Repeat exactly, and only, the lines of the entries below from the one with "#210=IFCPRODUCTDEFINITIONSHAPE($,$,(#209));" through the one with "#13=IFCLOCALPLACEMENT(#12,#2);", both ends included.

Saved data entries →
▼▼▼
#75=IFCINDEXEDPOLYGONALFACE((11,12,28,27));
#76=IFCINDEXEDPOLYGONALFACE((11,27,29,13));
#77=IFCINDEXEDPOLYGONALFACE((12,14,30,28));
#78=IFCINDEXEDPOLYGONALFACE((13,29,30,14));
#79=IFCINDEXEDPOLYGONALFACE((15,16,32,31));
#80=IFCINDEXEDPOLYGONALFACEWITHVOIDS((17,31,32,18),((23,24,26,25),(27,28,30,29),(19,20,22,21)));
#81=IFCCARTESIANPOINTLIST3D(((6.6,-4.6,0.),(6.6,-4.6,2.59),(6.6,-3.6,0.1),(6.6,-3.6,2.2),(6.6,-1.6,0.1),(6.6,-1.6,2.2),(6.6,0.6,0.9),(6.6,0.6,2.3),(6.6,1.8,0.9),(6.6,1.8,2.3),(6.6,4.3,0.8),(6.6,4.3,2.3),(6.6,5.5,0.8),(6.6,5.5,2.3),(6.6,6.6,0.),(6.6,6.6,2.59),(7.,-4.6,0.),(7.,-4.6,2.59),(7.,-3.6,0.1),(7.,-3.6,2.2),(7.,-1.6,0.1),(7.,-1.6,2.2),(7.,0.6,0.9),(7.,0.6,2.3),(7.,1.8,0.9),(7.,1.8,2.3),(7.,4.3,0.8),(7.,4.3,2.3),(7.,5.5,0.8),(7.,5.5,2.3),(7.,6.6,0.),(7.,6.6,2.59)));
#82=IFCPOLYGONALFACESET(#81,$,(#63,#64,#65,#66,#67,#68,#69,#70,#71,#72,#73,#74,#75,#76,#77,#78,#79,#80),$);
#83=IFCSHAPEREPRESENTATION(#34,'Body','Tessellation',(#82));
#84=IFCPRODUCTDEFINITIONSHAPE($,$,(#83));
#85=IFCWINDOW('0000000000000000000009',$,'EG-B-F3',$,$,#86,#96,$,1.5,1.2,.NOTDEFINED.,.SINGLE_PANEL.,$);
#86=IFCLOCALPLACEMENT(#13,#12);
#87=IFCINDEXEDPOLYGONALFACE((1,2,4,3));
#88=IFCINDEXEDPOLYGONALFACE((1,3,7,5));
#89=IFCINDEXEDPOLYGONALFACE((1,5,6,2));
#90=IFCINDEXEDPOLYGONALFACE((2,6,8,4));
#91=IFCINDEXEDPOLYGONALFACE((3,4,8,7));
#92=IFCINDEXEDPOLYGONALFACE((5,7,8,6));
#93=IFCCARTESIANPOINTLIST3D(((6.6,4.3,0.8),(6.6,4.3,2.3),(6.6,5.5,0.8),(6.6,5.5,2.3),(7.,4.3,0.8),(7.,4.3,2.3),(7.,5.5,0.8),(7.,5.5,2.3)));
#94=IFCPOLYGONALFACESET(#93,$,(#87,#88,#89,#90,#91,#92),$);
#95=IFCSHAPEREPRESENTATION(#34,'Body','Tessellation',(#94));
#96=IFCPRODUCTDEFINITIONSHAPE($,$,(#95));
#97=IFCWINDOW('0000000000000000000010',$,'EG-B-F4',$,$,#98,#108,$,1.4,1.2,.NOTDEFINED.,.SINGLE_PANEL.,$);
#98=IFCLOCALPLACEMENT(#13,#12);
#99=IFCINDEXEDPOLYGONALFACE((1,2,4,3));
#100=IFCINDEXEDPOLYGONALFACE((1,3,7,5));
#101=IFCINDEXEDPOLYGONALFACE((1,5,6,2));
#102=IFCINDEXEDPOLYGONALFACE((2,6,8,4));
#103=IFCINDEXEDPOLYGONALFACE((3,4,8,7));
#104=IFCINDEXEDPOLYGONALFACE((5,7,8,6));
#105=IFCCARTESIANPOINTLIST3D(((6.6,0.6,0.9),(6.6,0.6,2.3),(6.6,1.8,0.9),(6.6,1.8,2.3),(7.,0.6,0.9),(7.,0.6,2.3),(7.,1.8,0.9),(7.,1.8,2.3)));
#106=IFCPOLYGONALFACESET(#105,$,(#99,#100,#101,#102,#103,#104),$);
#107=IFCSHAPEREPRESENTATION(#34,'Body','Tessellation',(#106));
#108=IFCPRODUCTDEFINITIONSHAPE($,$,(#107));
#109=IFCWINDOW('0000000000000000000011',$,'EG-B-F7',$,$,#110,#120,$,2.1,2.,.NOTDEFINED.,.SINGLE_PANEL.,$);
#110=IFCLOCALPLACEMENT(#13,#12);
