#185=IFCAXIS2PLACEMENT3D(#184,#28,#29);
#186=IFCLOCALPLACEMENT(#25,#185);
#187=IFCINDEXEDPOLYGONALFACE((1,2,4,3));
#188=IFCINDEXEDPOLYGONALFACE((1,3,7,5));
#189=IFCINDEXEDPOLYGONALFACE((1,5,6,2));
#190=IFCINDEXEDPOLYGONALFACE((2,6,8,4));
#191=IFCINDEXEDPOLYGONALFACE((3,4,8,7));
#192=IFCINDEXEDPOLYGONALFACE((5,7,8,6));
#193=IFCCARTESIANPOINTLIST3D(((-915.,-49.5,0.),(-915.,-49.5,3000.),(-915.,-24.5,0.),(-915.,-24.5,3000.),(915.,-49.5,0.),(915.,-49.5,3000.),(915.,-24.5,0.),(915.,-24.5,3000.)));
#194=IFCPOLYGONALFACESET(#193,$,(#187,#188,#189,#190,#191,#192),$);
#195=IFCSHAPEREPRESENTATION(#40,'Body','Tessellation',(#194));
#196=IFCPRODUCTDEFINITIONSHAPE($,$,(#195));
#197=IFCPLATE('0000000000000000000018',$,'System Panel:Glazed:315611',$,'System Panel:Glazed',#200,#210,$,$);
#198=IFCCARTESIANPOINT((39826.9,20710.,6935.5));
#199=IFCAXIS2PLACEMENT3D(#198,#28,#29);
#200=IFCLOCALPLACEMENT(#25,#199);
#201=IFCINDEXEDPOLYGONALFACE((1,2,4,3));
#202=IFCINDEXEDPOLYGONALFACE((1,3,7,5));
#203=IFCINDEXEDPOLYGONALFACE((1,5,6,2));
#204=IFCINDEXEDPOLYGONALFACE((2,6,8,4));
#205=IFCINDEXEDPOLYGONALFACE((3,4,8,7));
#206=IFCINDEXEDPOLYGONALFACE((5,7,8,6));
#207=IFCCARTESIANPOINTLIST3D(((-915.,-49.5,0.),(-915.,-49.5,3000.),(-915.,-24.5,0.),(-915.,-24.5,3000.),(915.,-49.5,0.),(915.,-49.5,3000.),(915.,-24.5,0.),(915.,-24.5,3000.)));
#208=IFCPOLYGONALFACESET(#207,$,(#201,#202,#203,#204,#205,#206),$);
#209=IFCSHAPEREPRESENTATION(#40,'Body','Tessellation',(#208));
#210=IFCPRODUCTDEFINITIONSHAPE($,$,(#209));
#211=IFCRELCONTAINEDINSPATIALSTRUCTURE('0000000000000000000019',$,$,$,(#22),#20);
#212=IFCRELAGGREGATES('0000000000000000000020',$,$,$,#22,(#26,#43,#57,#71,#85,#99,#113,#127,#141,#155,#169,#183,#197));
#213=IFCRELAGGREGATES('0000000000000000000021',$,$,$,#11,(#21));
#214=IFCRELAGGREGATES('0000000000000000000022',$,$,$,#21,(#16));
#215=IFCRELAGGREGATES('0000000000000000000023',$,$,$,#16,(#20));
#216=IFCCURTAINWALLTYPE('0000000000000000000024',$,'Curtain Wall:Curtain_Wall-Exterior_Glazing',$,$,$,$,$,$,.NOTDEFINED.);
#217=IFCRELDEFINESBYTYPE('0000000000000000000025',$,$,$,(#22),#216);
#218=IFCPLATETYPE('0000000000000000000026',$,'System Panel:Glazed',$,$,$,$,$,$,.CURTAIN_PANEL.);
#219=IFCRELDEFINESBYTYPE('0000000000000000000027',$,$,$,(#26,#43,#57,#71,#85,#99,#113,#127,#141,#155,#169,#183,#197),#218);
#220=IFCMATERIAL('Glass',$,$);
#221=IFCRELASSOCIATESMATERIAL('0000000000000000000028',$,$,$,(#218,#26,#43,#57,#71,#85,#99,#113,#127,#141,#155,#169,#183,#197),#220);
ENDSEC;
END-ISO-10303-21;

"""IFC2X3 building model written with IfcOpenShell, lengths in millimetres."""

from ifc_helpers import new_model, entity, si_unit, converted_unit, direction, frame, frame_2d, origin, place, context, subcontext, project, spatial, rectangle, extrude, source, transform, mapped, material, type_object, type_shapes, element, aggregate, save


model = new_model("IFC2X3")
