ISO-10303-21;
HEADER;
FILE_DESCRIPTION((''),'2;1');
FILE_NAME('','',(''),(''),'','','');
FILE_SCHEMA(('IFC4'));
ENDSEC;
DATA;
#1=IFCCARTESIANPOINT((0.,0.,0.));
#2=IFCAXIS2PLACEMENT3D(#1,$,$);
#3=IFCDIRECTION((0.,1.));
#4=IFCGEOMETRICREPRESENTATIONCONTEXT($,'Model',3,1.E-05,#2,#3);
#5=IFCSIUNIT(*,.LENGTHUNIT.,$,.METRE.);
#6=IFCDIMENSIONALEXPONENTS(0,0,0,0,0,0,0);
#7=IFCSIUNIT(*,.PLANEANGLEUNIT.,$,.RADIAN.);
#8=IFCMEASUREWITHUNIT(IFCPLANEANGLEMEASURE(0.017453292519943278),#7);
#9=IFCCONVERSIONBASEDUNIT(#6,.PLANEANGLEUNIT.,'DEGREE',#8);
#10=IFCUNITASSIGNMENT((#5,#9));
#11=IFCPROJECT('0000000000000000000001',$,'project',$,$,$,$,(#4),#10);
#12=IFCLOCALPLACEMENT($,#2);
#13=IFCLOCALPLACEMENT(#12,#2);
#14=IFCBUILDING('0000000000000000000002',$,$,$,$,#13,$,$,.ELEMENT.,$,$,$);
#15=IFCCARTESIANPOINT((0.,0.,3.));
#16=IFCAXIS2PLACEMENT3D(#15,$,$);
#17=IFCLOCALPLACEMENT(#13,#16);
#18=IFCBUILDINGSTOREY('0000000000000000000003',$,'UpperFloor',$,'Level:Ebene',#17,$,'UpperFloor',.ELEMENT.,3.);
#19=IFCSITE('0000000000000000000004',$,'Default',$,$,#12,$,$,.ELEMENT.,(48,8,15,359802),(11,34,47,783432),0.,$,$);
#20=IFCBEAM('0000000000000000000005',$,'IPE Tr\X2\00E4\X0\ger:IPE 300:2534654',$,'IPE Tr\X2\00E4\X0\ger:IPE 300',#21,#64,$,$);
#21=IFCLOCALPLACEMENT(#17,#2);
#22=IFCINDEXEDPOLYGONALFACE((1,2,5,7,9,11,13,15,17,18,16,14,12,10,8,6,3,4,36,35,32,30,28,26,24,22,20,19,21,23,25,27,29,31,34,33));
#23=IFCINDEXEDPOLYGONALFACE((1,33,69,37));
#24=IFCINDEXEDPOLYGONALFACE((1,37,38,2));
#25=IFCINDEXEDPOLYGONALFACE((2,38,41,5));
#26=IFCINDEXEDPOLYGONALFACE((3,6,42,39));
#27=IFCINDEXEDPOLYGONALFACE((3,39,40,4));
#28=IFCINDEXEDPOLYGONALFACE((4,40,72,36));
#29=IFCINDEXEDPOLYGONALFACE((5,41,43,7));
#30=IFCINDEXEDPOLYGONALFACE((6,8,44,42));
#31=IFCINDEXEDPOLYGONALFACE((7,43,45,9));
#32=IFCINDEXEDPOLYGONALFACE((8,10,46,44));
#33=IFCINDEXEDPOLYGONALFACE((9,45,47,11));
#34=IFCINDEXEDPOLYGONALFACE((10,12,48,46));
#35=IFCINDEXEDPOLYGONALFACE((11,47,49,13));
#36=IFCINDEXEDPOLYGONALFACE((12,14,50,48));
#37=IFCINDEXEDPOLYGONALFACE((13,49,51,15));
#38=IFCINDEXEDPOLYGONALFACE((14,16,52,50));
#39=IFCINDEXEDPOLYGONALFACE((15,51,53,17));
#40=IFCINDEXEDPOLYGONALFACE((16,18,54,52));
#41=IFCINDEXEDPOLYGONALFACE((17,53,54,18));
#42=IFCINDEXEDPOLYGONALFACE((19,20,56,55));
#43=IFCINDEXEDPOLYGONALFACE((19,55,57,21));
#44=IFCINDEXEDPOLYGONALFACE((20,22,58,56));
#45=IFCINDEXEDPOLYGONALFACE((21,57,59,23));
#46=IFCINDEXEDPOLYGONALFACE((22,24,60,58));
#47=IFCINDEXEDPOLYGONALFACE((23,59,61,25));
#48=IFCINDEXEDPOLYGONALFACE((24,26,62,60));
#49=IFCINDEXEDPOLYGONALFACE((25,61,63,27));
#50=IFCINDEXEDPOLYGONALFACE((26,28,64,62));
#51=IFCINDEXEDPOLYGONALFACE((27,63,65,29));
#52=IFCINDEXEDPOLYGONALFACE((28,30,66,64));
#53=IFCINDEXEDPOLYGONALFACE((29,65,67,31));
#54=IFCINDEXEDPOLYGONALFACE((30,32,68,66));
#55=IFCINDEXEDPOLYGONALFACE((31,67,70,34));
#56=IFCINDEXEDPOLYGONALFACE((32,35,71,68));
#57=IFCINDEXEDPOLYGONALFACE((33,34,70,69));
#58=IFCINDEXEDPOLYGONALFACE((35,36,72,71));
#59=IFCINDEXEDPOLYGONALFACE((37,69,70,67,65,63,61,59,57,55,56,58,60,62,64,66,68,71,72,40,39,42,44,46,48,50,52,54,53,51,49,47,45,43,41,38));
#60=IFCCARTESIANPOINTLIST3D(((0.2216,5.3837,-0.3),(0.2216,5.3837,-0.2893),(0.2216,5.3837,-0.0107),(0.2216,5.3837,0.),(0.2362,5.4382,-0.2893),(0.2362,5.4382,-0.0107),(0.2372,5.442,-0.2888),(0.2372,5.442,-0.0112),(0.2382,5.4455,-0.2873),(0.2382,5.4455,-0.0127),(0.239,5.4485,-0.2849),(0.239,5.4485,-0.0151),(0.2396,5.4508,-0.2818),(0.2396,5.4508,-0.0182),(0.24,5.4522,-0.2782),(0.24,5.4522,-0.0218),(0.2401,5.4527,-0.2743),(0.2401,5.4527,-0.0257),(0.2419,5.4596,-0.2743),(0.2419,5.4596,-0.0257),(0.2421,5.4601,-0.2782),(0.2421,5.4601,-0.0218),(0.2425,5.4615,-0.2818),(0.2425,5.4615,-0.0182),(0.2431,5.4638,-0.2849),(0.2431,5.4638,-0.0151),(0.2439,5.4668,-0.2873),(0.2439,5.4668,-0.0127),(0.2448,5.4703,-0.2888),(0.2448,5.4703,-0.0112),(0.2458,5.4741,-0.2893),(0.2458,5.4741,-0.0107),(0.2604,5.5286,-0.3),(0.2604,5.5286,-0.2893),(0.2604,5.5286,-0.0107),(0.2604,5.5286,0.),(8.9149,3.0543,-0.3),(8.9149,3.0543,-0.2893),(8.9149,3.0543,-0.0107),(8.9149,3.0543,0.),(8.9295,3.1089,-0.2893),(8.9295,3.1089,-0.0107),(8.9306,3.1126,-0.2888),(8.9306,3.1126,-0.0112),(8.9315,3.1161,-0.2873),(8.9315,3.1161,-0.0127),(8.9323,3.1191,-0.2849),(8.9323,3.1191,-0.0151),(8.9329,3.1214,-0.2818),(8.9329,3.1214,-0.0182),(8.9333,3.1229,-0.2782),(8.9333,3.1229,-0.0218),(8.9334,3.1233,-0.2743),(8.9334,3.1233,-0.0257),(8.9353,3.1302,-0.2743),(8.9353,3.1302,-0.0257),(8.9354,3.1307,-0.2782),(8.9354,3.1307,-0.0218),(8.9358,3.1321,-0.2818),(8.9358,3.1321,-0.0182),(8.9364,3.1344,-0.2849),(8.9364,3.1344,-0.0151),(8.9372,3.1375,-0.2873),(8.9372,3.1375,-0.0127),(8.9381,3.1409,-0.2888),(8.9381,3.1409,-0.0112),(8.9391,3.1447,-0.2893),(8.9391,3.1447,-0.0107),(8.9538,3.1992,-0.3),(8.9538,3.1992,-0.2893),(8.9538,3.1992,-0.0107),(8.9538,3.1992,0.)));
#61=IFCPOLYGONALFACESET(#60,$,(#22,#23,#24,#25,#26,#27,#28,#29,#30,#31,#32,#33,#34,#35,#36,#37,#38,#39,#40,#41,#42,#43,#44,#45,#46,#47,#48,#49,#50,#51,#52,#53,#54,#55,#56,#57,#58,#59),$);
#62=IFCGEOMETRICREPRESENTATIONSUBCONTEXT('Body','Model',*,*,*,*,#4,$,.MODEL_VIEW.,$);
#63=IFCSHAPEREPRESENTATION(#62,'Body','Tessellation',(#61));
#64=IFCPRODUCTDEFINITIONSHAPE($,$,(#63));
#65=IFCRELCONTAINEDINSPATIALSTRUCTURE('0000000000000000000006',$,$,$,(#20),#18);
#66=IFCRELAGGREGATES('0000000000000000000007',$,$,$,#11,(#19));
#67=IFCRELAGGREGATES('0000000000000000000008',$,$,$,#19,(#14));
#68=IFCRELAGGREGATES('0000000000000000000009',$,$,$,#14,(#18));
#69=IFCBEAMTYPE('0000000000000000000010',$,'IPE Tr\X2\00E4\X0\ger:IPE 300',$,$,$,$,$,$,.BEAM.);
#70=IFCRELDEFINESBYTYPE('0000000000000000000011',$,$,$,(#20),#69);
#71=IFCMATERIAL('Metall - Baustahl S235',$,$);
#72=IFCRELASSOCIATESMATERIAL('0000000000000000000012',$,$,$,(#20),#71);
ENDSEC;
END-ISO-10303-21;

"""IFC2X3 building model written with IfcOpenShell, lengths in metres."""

from ifc_helpers import new_model, entity, si_unit, converted_unit, direction, frame, frame_2d, origin, place, context, subcontext, project, spatial, i_section, extrude, material, type_object, element, save


model = new_model("IFC2X3")

# Units and contexts
model_context = context("Model", 3, precision=1e-05, world=origin(), true_north=direction((0.0, 1.0)))
body_context = subcontext(model_context, "Body", "Model", "MODEL_VIEW")
ifc_project = project(units=[si_unit("LENGTHUNIT", "METRE"), converted_unit("PLANEANGLEUNIT", "DEGREE", entity("IfcPlaneAngleMeasure", 0.017453292519943278), si_unit("PLANEANGLEUNIT", "RADIAN"), dimensions=[0, 0, 0, 0, 0, 0, 0])], contexts=[model_context])

# Site, building, storey
site_placement = place(None, origin())
site = spatial("IfcSite", under=ifc_project, at=site_placement, Name="Default", CompositionType="ELEMENT", RefLatitude=(48, 8, 15, 359802), RefLongitude=(11, 34, 47, 783432), RefElevation=0.0)
building_placement = place(site_placement, origin())
building = spatial("IfcBuilding", under=site, at=building_placement, CompositionType="ELEMENT")
storey_placement = place(building_placement, frame((0.0, 0.0, 3.0)))
storey = spatial("IfcBuildingStorey", under=building, at=storey_placement, Name="UpperFloor", ObjectType="Level:Ebene", LongName="UpperFloor", CompositionType="ELEMENT", Elevation=3.0)

# Beam
ifc_material = material(Name="Metall - Baustahl S235")
beam_type = type_object("IfcBeamType", Name="IPE Träger:IPE 300", PredefinedType="BEAM")
beam_placement = place(storey_placement, frame((0.241, 5.4561, 0.0), z_axis=(0.0, 0.0, 1.0), x_axis=(0.965926, -0.258819, 0.0)))
element("IfcBeam", 1, at=beam_placement, inside=storey, type_object=beam_type, material=ifc_material, Name="IPE Träger:IPE 300:2534654", ObjectType="IPE Träger:IPE 300", context=body_context, shape_type="SweptSolid", body=[
    extrude(i_section(OverallWidth=0.15, OverallDepth=0.3, WebThickness=0.0071, FlangeThickness=0.0107, FilletRadius=0.015, at=frame_2d((0.0, 0.0), x_axis=(0.0, 1.0))), frame((0.0, 0.0, -0.15), z_axis=(1.0, 0.0, 0.0), x_axis=(0.0, 0.0, -1.0)), (0.0, 0.0, 1.0), 9.0),
])

save(model, "model.ifc")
▲▲▲
Solution for this exercise →
#210=IFCPRODUCTDEFINITIONSHAPE($,$,(#209));
#211=IFCRELCONTAINEDINSPATIALSTRUCTURE('0000000000000000000019',$,$,$,(#22),#20);
#212=IFCRELAGGREGATES('0000000000000000000020',$,$,$,#22,(#26,#43,#57,#71,#85,#99,#113,#127,#141,#155,#169,#183,#197));
#213=IFCRELAGGREGATES('0000000000000000000021',$,$,$,#11,(#21));
#214=IFCRELAGGREGATES('0000000000000000000022',$,$,$,#21,(#16));
#215=IFCRELAGGREGATES('0000000000000000000023',$,$,$,#16,(#20));
#216=IFCCURTAINWALLTYPE('0000000000000000000024',$,'Curtain Wall:Curtain_Wall-Exterior_Glazing',$,$,$,$,$,$,.NOTDEFINED.);
#217=IFCRELDEFINESBYTYPE('0000000000000000000025',$,$,$,(#22),#216);
#218=IFCPLATETYPE('0000000000000000000026',$,'System Panel:Glazed',$,$,$,$,$,$,.CURTAIN_PANEL.);
#219=IFCRELDEFINESBYTYPE('0000000000000000000027',$,$,$,(#26,#43,#57,#71,#85,#99,#113,#127,#141,#155,#169,#183,#197),#218);
#220=IFCMATERIAL('Glass',$,$);
#221=IFCRELASSOCIATESMATERIAL('0000000000000000000028',$,$,$,(#218,#26,#43,#57,#71,#85,#99,#113,#127,#141,#155,#169,#183,#197),#220);
ENDSEC;
END-ISO-10303-21;

"""IFC2X3 building model written with IfcOpenShell, lengths in millimetres."""

from ifc_helpers import new_model, entity, si_unit, converted_unit, direction, frame, frame_2d, origin, place, context, subcontext, project, spatial, rectangle, extrude, source, transform, mapped, material, type_object, type_shapes, element, aggregate, save


model = new_model("IFC2X3")
ISO-10303-21;
HEADER;
FILE_DESCRIPTION((''),'2;1');
FILE_NAME('','',(''),(''),'','','');
FILE_SCHEMA(('IFC4'));
ENDSEC;
DATA;
#1=IFCCARTESIANPOINT((0.,0.,0.));
#2=IFCAXIS2PLACEMENT3D(#1,$,$);
#3=IFCDIRECTION((0.,1.));
#4=IFCGEOMETRICREPRESENTATIONCONTEXT($,'Model',3,1.E-05,#2,#3);
#5=IFCSIUNIT(*,.LENGTHUNIT.,$,.METRE.);
#6=IFCDIMENSIONALEXPONENTS(0,0,0,0,0,0,0);
#7=IFCSIUNIT(*,.PLANEANGLEUNIT.,$,.RADIAN.);
#8=IFCMEASUREWITHUNIT(IFCPLANEANGLEMEASURE(0.017453292519943278),#7);
#9=IFCCONVERSIONBASEDUNIT(#6,.PLANEANGLEUNIT.,'DEGREE',#8);
#10=IFCUNITASSIGNMENT((#5,#9));
#11=IFCPROJECT('0000000000000000000001',$,'project',$,$,$,$,(#4),#10);
#12=IFCLOCALPLACEMENT($,#2);
#13=IFCLOCALPLACEMENT(#12,#2);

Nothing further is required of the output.